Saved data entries
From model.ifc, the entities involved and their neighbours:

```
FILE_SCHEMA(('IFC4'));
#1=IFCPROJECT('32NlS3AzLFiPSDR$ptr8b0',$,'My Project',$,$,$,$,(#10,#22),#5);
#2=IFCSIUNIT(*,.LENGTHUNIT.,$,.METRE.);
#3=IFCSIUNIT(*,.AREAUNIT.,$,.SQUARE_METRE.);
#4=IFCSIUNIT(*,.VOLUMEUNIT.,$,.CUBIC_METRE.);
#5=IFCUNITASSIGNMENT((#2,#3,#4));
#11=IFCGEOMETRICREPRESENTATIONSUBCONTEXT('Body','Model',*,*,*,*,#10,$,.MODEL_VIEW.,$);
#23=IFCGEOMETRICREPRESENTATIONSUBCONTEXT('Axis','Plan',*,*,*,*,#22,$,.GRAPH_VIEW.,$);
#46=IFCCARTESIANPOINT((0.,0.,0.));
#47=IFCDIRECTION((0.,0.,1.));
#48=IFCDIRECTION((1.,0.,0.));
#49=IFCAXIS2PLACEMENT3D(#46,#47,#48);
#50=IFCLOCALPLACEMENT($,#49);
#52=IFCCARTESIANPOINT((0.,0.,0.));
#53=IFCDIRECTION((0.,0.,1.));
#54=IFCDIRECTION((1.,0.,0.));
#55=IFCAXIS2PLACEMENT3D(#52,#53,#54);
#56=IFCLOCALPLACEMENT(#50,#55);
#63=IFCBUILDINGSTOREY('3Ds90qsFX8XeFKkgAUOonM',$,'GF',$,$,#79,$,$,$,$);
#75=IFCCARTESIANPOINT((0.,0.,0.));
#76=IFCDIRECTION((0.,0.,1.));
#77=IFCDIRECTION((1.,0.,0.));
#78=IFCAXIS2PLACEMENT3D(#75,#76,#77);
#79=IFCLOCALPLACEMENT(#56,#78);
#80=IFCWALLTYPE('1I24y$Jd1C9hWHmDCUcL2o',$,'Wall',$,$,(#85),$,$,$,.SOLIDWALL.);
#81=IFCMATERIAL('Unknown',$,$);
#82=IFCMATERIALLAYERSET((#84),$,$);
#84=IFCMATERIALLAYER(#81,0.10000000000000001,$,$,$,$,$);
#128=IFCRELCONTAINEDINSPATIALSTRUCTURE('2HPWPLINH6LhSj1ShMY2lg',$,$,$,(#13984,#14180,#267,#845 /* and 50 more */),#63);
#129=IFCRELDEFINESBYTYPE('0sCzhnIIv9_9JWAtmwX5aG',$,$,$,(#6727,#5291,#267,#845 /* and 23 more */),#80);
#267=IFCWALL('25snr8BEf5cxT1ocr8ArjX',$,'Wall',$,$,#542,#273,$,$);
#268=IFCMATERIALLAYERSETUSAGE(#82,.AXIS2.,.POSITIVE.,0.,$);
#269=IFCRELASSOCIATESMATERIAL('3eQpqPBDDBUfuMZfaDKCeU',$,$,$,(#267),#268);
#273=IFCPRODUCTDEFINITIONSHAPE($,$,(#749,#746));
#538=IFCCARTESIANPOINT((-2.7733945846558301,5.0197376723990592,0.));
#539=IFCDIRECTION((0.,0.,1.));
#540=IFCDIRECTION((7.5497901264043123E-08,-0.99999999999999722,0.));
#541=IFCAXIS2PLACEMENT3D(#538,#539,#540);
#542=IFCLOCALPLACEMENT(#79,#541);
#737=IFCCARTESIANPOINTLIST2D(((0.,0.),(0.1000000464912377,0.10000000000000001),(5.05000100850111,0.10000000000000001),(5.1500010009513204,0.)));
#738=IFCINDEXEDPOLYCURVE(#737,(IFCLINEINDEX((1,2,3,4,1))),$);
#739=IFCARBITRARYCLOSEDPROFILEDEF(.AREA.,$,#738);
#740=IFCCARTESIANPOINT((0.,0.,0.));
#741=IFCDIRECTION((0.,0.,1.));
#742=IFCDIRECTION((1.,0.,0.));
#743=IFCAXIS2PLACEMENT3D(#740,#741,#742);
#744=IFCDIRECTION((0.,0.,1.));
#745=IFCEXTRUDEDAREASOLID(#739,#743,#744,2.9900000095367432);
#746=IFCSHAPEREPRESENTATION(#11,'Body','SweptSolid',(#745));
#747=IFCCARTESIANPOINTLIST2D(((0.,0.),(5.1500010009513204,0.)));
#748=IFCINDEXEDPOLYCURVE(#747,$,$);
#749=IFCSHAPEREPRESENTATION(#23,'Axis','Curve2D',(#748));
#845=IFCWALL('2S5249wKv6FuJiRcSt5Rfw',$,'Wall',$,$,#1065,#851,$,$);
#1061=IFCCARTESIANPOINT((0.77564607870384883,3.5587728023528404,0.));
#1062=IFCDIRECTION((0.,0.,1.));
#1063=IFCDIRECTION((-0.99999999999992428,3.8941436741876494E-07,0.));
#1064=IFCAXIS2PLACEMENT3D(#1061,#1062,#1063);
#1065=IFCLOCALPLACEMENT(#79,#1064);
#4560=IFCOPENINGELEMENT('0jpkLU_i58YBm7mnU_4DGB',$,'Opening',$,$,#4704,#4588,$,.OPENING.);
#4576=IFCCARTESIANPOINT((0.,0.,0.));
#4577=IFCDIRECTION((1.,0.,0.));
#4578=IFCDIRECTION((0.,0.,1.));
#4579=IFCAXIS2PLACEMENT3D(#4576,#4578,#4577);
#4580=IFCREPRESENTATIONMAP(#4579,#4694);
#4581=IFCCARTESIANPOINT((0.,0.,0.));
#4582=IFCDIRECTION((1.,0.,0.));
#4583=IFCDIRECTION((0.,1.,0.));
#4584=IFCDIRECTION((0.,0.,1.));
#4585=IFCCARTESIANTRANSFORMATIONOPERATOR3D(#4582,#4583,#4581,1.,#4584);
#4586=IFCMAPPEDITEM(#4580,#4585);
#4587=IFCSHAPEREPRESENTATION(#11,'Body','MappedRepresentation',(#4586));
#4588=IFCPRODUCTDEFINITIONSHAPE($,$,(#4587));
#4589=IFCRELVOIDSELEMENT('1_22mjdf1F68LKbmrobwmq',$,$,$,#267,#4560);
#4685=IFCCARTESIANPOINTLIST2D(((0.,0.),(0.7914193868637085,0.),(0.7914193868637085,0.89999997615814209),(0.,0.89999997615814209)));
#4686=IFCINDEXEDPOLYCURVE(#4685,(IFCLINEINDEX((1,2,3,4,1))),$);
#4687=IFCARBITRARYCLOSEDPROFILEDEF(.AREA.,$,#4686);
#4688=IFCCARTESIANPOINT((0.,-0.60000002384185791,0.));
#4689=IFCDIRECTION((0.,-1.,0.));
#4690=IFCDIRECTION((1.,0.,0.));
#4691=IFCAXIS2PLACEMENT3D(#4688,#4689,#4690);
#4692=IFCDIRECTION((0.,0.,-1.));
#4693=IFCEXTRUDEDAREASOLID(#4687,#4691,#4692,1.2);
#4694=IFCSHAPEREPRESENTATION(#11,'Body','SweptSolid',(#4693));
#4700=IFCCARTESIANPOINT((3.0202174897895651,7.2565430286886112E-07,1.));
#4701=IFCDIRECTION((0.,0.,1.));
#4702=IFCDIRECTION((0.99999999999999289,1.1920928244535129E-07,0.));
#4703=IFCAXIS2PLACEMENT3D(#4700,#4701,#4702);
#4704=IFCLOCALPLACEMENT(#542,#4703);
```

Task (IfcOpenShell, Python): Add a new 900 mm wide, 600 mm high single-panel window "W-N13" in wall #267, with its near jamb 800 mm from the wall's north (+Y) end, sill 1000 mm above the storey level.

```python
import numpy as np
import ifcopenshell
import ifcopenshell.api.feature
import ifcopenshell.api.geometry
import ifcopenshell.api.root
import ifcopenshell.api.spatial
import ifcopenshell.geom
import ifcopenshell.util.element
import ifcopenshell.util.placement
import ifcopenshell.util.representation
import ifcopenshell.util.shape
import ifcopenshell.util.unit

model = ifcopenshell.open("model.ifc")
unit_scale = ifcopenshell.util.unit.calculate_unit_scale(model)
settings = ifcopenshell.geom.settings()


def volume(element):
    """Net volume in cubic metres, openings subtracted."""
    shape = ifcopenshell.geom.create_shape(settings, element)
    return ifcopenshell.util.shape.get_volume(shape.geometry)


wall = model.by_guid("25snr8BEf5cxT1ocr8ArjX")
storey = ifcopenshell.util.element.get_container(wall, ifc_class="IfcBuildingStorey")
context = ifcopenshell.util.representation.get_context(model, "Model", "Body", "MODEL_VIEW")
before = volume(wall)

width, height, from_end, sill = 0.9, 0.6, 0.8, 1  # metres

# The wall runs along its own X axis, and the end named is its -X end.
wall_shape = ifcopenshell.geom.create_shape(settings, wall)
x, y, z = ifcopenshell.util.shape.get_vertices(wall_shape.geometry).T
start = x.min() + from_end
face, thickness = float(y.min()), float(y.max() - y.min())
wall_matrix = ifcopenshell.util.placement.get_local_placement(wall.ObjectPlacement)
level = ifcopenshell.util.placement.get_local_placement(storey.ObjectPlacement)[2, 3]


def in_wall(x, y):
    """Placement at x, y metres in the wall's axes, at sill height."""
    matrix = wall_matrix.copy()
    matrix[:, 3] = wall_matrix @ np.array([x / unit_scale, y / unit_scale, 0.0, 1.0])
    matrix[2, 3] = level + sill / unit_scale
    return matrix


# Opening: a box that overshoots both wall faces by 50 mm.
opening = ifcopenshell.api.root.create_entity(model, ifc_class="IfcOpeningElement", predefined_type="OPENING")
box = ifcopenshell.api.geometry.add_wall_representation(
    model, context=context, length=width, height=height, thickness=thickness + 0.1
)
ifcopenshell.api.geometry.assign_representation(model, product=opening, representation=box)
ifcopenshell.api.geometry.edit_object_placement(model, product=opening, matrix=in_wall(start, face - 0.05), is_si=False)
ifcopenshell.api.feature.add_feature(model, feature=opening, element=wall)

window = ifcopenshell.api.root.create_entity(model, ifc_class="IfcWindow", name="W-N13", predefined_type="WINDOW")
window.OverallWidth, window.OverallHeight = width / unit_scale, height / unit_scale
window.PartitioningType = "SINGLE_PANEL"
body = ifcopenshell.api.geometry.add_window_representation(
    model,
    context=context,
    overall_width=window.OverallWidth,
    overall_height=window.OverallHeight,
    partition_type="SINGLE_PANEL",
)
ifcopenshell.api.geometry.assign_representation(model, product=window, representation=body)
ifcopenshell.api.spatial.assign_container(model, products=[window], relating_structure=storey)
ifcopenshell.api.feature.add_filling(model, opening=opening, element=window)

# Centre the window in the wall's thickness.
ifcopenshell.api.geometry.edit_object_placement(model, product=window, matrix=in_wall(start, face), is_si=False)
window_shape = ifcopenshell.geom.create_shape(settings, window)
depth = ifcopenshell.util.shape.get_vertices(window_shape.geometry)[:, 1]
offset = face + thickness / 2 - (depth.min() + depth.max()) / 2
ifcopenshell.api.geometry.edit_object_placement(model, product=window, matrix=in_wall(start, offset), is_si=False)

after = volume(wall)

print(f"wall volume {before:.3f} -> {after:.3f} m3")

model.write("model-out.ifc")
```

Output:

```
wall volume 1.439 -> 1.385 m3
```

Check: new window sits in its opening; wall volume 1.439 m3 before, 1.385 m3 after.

---

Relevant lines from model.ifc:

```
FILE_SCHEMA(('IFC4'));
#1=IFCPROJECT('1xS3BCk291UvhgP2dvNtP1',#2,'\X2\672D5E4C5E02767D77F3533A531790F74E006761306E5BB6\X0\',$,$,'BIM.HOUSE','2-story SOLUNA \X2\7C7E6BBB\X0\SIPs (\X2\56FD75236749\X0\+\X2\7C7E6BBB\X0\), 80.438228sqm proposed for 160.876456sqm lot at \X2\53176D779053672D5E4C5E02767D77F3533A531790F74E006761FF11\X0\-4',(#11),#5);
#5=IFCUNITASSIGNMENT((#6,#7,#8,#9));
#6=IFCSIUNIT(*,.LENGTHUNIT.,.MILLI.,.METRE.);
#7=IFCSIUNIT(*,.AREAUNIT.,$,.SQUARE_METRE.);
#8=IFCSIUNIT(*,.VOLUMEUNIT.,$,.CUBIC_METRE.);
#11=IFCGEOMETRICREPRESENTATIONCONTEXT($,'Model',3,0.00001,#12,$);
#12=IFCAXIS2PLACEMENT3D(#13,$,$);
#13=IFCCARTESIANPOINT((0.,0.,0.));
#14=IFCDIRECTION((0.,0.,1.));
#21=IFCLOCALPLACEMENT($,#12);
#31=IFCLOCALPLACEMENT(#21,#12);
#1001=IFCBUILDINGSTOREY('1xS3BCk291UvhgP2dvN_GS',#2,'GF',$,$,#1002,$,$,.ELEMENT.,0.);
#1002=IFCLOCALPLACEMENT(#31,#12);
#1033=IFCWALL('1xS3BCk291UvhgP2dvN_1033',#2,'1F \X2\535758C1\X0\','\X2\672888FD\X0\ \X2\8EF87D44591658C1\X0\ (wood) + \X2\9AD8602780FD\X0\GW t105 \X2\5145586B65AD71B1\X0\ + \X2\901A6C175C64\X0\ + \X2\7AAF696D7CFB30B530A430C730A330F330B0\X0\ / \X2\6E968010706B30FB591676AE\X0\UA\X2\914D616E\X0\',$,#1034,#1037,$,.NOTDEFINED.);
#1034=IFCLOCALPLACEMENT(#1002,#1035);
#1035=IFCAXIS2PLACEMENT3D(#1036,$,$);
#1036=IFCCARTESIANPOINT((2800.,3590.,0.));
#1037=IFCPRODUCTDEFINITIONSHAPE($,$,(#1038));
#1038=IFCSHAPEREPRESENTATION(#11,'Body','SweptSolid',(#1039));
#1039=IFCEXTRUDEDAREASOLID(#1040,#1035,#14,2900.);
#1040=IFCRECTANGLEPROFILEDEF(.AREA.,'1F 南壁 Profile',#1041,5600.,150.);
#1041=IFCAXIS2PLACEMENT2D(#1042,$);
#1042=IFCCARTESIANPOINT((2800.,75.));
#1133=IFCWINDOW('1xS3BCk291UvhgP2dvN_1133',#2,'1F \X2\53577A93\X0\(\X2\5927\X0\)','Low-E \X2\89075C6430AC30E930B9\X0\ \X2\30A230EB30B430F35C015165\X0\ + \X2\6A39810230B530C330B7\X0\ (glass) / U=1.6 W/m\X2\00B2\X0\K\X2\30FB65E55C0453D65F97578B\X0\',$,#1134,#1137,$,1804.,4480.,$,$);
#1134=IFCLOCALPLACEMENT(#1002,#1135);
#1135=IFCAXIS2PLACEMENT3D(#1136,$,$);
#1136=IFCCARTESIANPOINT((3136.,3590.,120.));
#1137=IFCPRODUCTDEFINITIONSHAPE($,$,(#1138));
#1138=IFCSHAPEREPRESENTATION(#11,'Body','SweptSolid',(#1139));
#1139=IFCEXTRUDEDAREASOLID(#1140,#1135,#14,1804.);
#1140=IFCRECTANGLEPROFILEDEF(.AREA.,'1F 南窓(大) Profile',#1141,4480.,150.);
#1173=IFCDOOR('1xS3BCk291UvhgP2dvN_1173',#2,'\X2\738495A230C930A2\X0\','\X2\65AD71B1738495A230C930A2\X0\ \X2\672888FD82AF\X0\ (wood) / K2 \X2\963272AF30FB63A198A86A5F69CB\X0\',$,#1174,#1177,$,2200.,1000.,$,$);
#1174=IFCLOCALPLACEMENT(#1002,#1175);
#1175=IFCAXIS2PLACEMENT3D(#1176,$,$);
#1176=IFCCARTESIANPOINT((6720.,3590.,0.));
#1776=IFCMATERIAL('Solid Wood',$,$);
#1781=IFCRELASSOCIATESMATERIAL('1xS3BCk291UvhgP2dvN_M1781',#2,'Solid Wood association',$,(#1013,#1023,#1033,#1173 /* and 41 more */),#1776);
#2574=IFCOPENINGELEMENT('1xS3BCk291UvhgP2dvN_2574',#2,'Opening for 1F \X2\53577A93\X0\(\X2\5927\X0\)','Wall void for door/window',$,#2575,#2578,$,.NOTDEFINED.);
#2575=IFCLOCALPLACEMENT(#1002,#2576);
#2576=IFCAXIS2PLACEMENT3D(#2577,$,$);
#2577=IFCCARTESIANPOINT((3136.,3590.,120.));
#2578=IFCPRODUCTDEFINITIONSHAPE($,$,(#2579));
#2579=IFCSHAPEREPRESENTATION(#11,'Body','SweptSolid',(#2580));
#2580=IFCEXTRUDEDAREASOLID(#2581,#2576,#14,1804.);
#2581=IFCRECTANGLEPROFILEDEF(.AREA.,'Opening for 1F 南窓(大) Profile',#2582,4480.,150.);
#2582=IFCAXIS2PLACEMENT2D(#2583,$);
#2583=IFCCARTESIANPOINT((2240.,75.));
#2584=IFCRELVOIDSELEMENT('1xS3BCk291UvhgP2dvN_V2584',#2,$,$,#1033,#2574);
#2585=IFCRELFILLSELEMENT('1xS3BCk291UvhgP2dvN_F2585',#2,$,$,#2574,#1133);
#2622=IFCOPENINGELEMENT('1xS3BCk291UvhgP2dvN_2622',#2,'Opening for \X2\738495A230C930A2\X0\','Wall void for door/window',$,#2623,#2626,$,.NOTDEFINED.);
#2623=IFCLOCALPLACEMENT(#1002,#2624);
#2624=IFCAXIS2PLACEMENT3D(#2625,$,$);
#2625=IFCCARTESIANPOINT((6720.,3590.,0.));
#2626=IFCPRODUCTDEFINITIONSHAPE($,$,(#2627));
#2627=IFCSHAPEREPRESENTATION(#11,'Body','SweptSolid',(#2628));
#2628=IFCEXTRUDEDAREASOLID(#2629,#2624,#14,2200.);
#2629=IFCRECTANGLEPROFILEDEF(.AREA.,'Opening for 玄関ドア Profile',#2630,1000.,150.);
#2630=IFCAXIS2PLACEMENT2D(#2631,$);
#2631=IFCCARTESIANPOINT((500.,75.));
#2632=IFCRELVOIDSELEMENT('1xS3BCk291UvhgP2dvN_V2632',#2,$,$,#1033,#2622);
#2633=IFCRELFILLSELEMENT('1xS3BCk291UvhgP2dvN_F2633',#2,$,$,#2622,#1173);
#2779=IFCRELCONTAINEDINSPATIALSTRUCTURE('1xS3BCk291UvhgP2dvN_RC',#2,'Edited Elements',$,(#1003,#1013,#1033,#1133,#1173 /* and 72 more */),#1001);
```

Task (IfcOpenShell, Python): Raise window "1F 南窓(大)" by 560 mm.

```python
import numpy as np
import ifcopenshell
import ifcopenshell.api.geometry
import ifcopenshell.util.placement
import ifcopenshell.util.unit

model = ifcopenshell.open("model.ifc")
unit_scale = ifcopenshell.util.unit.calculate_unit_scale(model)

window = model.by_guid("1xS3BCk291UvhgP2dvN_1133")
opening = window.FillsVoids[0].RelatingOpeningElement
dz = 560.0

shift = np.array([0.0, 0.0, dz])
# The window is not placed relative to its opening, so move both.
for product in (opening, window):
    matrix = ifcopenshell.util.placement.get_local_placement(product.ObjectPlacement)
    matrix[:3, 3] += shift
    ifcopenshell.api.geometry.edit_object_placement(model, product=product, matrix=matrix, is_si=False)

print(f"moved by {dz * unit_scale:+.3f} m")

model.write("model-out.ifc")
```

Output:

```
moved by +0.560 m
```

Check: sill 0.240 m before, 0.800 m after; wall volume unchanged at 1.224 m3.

— Work to complete —
Going through the data above, state how many lines include the word "IFCPROJECT"; only that number is needed.

— Answer to the problem —
2